::: Material for this exercise

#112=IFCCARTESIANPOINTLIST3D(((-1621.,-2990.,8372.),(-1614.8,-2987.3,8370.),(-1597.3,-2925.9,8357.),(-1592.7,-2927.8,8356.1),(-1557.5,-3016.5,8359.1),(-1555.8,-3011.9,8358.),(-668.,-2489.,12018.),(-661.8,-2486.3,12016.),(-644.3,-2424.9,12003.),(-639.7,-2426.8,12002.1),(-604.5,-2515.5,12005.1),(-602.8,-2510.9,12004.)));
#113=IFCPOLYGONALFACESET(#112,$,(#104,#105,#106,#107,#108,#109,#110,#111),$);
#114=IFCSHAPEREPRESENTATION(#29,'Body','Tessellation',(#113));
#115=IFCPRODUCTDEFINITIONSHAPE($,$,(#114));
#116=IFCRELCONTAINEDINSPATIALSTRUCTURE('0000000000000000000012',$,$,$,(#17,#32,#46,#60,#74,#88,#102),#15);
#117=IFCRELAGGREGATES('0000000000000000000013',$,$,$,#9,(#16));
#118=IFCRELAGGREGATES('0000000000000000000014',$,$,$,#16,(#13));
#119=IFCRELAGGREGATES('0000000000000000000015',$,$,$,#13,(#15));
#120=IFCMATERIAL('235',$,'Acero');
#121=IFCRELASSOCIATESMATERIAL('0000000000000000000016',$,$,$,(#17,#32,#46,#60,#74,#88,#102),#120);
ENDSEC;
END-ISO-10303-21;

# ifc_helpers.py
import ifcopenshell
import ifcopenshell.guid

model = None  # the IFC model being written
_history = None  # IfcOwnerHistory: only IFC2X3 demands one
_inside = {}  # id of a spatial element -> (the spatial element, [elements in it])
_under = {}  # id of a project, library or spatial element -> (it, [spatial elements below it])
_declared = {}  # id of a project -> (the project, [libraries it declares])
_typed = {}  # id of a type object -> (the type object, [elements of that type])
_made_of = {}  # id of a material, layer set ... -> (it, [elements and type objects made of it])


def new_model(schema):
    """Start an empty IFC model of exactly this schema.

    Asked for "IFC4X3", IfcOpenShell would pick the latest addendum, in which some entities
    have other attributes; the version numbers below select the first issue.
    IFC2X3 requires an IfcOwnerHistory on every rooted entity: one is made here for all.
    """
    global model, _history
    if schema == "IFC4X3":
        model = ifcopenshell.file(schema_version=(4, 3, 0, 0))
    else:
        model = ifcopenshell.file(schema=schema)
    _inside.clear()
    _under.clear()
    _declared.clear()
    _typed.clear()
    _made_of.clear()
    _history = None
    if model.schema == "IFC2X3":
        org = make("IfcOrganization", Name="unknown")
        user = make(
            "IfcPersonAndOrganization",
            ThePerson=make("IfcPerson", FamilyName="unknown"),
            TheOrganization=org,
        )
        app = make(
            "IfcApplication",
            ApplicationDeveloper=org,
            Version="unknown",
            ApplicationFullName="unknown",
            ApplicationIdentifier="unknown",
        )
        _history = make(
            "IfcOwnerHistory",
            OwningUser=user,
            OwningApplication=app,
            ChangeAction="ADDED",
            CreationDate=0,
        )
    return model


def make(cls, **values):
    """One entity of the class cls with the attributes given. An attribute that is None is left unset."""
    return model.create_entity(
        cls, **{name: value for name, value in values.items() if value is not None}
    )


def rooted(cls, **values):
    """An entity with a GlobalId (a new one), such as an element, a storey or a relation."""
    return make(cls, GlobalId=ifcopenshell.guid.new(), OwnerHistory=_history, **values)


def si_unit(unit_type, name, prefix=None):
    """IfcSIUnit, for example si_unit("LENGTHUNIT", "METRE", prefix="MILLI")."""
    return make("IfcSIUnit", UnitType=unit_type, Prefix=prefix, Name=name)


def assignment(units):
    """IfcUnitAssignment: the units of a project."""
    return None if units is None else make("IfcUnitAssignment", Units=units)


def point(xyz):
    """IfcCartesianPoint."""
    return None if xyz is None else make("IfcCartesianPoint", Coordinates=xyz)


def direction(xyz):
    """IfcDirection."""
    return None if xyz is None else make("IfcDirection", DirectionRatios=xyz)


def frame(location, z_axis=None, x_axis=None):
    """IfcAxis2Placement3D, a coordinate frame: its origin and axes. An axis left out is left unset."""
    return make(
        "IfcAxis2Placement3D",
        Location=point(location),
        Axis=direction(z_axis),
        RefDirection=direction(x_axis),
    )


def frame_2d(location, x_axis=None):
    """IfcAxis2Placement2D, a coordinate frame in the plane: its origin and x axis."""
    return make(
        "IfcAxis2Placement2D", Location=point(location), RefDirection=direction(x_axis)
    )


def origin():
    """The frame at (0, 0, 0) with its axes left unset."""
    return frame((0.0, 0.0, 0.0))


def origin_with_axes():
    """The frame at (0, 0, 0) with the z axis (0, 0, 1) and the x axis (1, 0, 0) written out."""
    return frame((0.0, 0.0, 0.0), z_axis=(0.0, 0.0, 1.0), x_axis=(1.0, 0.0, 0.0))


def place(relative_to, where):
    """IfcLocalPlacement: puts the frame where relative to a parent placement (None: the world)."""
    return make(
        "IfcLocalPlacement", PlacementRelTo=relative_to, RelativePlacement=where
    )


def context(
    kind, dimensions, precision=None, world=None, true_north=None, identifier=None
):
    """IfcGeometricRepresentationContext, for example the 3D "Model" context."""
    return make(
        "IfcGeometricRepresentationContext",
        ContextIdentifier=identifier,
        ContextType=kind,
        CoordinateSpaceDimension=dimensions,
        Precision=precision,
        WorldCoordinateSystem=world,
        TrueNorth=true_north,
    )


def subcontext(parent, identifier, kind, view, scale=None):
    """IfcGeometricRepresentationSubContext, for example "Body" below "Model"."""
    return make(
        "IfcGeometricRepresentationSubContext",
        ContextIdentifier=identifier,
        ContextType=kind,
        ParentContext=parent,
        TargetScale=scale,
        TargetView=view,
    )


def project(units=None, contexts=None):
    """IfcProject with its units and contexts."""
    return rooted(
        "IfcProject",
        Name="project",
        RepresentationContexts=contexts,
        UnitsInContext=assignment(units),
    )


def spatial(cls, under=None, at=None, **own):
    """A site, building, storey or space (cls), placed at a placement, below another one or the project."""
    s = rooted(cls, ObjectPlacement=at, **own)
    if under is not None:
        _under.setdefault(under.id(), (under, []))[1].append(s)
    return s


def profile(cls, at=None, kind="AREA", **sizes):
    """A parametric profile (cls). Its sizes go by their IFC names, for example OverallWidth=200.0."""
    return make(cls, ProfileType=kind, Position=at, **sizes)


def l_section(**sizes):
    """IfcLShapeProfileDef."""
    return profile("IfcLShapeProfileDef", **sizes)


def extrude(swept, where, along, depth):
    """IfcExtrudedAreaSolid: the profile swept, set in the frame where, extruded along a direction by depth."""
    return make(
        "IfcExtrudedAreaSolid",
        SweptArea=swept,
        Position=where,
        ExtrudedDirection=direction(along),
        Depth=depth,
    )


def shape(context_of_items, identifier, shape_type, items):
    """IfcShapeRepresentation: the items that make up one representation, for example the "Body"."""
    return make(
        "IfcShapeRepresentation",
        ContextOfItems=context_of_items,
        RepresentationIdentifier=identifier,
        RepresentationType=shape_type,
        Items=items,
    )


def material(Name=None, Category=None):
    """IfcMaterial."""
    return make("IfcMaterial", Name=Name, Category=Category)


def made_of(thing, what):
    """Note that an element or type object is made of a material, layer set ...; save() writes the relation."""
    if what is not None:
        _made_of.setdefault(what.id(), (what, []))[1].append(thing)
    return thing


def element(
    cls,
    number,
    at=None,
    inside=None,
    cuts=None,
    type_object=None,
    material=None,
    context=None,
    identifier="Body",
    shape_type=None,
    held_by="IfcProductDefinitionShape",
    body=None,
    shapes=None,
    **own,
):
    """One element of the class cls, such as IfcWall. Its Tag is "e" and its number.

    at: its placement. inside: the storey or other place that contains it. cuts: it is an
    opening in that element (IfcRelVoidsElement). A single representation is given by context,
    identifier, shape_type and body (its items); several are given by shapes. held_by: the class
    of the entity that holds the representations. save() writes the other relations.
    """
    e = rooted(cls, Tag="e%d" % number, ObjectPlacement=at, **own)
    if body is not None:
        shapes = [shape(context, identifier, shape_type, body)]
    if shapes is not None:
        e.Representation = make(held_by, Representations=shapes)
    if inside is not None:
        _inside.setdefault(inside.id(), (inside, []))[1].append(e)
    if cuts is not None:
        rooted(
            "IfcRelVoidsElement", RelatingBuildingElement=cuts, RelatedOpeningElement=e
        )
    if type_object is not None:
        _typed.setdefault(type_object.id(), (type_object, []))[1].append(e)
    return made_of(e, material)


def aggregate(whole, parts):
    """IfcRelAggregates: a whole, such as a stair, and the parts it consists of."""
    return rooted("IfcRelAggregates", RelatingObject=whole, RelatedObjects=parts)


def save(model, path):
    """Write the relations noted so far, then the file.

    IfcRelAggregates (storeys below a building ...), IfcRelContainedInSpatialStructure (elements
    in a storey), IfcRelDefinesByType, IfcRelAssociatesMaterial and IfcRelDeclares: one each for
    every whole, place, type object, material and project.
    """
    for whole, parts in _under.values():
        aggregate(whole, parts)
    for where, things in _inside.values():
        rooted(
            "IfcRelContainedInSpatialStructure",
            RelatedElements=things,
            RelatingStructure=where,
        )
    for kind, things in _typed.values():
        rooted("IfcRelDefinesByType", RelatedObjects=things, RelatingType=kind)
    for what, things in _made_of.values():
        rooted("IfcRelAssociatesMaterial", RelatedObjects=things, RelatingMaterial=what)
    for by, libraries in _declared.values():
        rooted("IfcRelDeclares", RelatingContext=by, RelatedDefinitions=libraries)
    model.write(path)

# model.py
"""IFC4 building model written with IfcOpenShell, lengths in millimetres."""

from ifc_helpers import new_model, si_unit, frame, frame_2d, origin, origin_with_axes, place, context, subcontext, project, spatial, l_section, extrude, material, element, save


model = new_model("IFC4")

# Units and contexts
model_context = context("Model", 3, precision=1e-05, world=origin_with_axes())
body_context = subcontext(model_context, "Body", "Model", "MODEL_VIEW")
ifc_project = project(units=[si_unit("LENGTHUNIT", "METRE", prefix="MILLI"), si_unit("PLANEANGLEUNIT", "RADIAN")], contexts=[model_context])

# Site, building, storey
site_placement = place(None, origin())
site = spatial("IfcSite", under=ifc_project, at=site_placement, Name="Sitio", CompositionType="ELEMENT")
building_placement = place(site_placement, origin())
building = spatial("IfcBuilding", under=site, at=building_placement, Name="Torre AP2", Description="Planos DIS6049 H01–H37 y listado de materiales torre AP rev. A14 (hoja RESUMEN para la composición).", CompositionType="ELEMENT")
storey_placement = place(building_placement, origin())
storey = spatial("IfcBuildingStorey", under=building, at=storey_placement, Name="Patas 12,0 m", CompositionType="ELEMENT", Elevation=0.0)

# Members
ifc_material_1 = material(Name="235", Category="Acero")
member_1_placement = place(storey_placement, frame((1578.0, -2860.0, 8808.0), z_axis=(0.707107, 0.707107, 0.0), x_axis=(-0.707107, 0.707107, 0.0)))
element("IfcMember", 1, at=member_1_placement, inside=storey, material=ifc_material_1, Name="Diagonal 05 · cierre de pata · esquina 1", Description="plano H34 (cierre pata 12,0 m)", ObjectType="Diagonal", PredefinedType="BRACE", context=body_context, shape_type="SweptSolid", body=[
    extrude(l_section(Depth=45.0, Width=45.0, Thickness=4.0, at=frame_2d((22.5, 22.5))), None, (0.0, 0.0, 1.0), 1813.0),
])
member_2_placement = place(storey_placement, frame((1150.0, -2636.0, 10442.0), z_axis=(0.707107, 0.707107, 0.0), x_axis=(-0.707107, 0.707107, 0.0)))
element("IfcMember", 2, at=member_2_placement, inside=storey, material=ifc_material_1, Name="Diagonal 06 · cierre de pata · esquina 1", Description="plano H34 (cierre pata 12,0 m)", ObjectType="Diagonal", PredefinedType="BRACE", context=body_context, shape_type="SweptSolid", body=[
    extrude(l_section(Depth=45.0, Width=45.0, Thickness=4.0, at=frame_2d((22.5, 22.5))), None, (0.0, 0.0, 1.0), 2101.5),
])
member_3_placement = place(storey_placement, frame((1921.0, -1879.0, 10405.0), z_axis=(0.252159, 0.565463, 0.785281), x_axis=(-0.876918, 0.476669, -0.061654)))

::::::

**What to produce:** Looking through the data above, copy out each line in which the string "CompositionType" occurs.

**Response box:**
site = spatial("IfcSite", under=ifc_project, at=site_placement, Name="Sitio", CompositionType="ELEMENT")
building = spatial("IfcBuilding", under=site, at=building_placement, Name="Torre AP2", Description="Planos DIS6049 H01–H37 y listado de materiales torre AP rev. A14 (hoja RESUMEN para la composición).", CompositionType="ELEMENT")
storey = spatial("IfcBuildingStorey", under=building, at=storey_placement, Name="Patas 12,0 m", CompositionType="ELEMENT", Elevation=0.0)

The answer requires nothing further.